WHAT MEDICINES ARE INJECTED?

The injection consists of local anesthetic that can last for a few hours to days (e.g., bupivacaine).

 

WILL IT HURT?

All of our procedures begin by injecting a small amount of local anesthetic through a very small needle. It feels like a little pinch and then a slight burning as the local anesthetic starts numbing the skin. After the skin is numb, the procedure needle feels like a bit of pressure at the injection site. The actual placement of the needle is not painful. However, keep in mind the nerve root is pinched and irritated. If the needle tip brushes against the nerve during placement, you may feel a “zing” down the nerve root, similar to striking your “funny bone”. During the injection of the local anesthetic, there may be a temporary shooting pain along the nerve root’s normal distribution until the local anesthetic sets in, usually in about 15 seconds. These sensations are normal and if they are very similar or identical to the pain that you normally experience then this information is very helpful in confirming the diagnosis of the “pain generator” in your case. It is very important that you let the doctor know doing the injection if you feel the typical shooting pain or not as the needle is nearing your nerve!   If the radiating pain you feel during the procedure is not in the normal distribution that you feel this is helpful information as well.   If you do not feel any radiating pain, then the needle may not have gotten close enough to the nerve. The medicine could still reach the nerve through diffusion so the block may still give diagnostic information, but we prefer to get the needle as close to a nerve as possible without injuring the nerve.

 

 

HOW IS IT DONE?

It is typically done with you lying on your stomach for thoracic or lumbar and on your back for cervical blocks. Your vital signs will be monitored. In addition to your doctor and the x-ray technician, there will be a nurse in the room at all times if you have any questions or discomfort during the procedure. The skin on the back or neck is cleansed with antiseptic solution, and then the procedure is performed.

 

 

 

WHAT SHOULD I EXPECT AFTER THE INJECTION?

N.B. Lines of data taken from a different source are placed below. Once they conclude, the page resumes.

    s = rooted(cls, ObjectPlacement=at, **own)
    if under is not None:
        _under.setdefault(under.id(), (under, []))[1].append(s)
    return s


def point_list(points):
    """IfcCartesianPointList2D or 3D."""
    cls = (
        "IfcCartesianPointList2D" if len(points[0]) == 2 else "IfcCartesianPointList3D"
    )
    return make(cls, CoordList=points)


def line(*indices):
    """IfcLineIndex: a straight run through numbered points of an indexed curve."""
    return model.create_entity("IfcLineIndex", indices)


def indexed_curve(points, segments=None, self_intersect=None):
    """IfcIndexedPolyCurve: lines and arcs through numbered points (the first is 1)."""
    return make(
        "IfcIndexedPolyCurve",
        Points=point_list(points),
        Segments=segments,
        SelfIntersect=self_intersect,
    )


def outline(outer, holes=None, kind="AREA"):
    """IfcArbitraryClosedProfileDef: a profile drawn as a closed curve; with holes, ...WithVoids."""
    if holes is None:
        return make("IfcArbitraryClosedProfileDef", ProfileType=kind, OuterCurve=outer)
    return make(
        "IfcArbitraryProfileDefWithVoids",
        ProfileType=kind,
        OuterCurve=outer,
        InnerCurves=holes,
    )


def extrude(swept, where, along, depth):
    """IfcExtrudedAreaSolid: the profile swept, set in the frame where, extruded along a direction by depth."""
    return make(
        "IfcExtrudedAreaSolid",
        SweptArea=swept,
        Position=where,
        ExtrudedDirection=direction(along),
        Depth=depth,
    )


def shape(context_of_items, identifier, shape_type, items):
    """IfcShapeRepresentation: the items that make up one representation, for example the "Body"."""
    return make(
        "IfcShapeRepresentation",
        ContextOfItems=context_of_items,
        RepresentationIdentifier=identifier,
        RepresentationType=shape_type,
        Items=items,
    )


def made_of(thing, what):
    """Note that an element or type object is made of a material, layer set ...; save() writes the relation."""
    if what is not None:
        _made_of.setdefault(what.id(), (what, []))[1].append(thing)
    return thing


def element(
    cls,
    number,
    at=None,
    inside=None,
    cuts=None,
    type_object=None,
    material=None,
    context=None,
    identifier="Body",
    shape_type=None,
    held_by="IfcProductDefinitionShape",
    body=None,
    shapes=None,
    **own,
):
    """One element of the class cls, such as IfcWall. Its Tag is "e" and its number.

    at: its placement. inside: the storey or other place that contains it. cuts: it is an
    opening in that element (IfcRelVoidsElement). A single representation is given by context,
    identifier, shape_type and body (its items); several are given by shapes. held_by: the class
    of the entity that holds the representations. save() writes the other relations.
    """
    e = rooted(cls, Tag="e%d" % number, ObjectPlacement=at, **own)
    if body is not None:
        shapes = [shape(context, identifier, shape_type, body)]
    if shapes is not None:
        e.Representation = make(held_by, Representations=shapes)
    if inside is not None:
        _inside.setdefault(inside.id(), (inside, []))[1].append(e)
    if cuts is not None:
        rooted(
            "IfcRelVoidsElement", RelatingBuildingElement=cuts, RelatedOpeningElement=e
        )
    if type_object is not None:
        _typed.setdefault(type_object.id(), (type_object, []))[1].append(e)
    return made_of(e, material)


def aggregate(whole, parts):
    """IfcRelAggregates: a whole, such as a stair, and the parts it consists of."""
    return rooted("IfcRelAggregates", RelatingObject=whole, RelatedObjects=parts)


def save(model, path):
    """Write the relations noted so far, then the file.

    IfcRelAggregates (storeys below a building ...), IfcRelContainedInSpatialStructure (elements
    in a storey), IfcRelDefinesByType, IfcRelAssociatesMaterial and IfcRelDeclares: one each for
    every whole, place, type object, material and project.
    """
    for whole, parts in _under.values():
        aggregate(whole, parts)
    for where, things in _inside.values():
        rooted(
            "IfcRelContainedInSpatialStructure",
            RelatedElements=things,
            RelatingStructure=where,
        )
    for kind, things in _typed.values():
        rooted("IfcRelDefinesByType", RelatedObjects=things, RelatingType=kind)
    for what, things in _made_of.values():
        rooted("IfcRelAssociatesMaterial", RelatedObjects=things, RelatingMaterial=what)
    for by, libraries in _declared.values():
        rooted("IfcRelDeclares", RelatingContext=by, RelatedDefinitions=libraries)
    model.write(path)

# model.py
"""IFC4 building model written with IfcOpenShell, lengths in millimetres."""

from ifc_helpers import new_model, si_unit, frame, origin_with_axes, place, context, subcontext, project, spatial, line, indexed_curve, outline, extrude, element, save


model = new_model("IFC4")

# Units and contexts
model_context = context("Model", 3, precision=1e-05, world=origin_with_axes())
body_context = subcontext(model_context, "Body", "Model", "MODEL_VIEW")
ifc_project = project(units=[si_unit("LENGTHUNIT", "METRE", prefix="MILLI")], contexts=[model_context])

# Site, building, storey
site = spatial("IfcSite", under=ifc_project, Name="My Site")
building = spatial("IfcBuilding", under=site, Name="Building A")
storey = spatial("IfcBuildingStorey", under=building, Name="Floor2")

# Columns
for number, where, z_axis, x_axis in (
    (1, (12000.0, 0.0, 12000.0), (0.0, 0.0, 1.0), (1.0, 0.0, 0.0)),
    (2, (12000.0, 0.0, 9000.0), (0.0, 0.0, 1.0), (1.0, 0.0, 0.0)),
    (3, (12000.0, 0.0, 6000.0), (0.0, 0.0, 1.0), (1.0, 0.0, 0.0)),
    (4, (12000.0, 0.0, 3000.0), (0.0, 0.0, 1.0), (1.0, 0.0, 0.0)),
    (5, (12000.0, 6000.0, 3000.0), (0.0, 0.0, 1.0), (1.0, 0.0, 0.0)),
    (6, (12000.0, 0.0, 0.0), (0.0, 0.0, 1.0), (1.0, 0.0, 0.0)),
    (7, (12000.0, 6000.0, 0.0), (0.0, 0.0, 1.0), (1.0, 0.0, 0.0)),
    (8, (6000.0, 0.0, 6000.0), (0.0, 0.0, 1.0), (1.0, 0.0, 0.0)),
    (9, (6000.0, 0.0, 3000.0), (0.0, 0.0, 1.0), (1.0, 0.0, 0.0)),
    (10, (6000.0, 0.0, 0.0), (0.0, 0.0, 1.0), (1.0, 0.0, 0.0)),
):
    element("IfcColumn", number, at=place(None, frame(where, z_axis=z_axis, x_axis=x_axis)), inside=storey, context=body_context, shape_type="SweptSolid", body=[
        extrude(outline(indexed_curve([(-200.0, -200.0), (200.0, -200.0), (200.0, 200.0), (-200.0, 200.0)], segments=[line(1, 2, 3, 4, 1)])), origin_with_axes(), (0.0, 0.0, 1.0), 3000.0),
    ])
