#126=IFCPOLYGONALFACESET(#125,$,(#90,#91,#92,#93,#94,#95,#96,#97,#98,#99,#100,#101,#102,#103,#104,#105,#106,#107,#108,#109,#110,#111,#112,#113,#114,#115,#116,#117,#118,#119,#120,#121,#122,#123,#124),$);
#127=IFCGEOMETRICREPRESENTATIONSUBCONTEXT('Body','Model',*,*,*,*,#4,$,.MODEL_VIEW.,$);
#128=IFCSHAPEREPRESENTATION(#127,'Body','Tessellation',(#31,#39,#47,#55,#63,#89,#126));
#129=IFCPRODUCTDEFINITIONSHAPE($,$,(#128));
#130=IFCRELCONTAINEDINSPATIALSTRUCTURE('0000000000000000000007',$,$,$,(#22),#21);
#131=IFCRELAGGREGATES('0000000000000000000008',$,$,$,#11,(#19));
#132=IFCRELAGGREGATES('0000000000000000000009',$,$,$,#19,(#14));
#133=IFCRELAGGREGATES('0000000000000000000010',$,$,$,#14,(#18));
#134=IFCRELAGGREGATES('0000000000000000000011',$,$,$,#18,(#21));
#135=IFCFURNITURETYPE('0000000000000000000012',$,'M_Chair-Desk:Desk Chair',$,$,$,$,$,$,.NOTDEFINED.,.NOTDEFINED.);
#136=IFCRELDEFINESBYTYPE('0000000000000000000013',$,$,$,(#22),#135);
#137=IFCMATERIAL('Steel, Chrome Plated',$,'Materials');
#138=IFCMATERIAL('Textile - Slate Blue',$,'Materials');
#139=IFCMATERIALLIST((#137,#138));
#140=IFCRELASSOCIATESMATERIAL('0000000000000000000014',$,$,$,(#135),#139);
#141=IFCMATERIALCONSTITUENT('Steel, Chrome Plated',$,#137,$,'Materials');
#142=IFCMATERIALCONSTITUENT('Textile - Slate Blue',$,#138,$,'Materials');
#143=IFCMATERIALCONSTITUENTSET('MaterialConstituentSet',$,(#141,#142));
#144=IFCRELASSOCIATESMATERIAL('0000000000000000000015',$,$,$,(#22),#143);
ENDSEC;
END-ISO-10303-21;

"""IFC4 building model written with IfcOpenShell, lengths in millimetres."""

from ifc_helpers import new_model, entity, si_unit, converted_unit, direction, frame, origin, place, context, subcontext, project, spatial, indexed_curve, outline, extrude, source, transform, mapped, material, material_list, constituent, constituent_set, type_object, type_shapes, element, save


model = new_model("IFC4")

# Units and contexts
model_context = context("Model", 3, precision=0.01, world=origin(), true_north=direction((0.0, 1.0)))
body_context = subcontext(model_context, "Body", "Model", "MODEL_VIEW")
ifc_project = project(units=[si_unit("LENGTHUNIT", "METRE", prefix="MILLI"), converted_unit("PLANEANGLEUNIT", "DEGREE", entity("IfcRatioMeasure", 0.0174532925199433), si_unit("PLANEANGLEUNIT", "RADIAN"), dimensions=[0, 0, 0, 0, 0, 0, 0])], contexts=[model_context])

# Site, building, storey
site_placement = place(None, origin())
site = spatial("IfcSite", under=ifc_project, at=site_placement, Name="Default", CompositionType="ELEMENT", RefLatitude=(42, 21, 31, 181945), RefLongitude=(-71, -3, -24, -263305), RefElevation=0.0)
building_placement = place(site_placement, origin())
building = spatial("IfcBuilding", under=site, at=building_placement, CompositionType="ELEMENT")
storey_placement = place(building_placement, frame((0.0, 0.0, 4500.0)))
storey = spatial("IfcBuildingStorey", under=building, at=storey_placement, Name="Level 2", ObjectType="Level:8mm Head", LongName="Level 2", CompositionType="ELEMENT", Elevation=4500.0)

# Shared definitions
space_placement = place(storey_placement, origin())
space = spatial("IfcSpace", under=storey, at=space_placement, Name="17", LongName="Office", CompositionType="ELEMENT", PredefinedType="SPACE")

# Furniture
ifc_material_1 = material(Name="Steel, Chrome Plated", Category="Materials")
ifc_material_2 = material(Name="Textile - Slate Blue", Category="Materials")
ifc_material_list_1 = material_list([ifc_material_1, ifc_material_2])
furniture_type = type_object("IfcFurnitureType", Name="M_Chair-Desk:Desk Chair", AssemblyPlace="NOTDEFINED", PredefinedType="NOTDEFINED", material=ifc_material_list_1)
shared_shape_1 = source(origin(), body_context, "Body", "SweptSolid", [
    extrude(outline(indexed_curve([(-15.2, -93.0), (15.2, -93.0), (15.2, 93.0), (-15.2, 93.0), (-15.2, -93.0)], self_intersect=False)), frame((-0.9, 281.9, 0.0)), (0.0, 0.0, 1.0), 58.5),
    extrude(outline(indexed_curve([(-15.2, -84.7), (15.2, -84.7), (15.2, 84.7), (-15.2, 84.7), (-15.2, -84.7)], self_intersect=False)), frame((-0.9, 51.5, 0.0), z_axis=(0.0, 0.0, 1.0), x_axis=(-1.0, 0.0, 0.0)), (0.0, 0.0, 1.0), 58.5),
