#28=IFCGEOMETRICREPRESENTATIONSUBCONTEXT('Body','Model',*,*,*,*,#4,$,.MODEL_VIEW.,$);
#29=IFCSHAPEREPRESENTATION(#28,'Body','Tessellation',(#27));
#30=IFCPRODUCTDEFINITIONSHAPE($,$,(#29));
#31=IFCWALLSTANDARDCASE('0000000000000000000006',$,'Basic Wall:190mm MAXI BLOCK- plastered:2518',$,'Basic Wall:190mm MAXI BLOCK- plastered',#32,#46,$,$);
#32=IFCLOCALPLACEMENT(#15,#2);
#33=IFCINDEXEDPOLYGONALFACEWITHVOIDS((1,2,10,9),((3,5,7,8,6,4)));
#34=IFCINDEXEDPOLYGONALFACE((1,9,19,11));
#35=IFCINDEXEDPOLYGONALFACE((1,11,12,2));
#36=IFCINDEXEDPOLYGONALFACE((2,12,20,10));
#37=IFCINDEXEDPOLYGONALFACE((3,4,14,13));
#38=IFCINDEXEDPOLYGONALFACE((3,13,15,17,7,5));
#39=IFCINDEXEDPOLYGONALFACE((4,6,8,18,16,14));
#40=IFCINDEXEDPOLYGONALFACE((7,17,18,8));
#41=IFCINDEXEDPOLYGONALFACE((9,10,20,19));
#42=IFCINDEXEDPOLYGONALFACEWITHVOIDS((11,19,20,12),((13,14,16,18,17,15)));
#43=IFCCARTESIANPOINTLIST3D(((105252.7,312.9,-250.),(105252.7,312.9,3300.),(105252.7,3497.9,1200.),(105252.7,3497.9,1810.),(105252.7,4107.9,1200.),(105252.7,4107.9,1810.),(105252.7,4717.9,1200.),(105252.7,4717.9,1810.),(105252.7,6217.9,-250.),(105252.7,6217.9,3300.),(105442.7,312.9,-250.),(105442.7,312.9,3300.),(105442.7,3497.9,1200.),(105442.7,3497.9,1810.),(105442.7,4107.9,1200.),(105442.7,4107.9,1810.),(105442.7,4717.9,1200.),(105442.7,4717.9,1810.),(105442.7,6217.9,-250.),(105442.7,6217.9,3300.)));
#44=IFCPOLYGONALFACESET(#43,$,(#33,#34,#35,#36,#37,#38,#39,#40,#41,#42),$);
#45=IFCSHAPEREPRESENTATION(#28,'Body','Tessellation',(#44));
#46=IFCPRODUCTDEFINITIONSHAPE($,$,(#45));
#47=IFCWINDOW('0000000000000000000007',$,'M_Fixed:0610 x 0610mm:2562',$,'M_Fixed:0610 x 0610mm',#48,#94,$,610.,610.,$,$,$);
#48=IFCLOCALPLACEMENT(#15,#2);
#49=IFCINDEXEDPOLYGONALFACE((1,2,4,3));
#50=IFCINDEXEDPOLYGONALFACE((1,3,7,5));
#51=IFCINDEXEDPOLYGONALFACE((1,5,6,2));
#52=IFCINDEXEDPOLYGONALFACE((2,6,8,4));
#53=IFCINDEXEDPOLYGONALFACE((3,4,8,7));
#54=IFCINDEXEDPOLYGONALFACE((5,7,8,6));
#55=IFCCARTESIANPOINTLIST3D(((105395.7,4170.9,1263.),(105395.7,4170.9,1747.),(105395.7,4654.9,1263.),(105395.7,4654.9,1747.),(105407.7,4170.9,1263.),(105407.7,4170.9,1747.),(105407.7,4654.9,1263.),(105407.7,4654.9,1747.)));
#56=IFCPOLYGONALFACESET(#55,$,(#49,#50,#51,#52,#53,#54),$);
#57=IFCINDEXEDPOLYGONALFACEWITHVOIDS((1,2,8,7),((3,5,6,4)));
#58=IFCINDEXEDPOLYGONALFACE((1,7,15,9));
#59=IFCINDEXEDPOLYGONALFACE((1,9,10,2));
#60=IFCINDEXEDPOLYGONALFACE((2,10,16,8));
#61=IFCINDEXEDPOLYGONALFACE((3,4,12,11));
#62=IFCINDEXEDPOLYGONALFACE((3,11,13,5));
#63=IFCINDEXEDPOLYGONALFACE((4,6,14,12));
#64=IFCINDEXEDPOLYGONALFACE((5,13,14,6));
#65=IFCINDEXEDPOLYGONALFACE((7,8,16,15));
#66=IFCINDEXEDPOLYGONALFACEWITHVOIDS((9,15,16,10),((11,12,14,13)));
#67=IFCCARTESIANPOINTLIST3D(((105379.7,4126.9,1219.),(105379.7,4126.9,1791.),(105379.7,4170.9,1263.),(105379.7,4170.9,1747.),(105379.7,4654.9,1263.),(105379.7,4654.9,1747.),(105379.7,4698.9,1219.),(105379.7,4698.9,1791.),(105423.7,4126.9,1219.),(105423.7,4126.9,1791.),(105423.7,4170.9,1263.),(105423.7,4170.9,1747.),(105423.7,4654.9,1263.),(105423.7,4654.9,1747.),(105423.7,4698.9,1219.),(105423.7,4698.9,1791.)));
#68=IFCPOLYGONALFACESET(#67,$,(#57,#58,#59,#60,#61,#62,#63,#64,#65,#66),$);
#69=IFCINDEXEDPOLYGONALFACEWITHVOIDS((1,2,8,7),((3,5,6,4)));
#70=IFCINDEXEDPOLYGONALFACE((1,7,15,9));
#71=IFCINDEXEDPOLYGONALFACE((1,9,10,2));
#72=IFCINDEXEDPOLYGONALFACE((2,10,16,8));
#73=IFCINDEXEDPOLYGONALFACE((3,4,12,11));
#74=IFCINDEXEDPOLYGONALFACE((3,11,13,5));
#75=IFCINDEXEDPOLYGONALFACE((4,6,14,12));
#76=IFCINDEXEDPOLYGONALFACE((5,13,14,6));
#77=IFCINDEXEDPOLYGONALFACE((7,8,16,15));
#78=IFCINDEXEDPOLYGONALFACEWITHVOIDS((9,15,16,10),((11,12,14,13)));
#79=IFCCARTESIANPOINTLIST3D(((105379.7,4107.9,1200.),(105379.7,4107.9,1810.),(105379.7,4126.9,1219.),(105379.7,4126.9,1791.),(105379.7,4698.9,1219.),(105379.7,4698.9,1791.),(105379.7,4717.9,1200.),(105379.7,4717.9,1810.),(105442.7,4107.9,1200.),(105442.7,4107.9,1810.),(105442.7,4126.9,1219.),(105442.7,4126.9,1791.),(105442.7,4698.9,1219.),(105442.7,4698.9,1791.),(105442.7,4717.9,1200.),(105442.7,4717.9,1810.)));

Immediately after the injection, you may feel your legs or arms, along that specific nerve root, becoming heavy, numb or weak. You may notice that your pain may be gone or considerably less. This is due to the effect of the local anesthetic. Your pain may return, and you may have some soreness at the injection site for a day or so. It is very important to be careful for several hours afterwards to avoid falling due to weakness if done on the lumbar or thoracic spine or dropping or mishandling things with your hand or arm if done on the cervical spine. This should resolve with the passage of hours but if it persists beyond 8 or so hours please notify our team.

 

HOW LONG DOES IT LAST?

The immediate effect is from the local anesthetic injected. This wears off at varying time intervals. It may last only 30 minutes, or it may last up to several weeks or months. The length of time that you experience relief is not as important as how much relief you experienced. Please document carefully even hourly for the first day or so.   If lucky some even get long term relief of the pain from the nerve block. Of course, that would not only be of diagnostic but therapeutic benefit!

Risks vs Benefits:

Like all procedures or tests there are risks and benefits. The benefit as above is to localize a potential target for surgery when patients have multiple possible causes. The goal here is limiting surgery to the least invasive option possible by treating only the cause of the pain not all the abnormalities on an MRI.   The risks include nerve injury, bleeding, post procedure increased pain, allergic reactions, spinal headache, infection and very rarely major neurological complications including the very rare risk of paralysis. Complications are very unlikely and most if they occur can be resolved with treatment. Nevertheless, all procedures and tests have risks.

Conclusion

Selective nerve root blocks are important to help identify the nerve root of origin of your radiating nerve pain. Although the procedure may be uncomfortable, our staff is dedicated to making you as comfortable as possible during the procedure.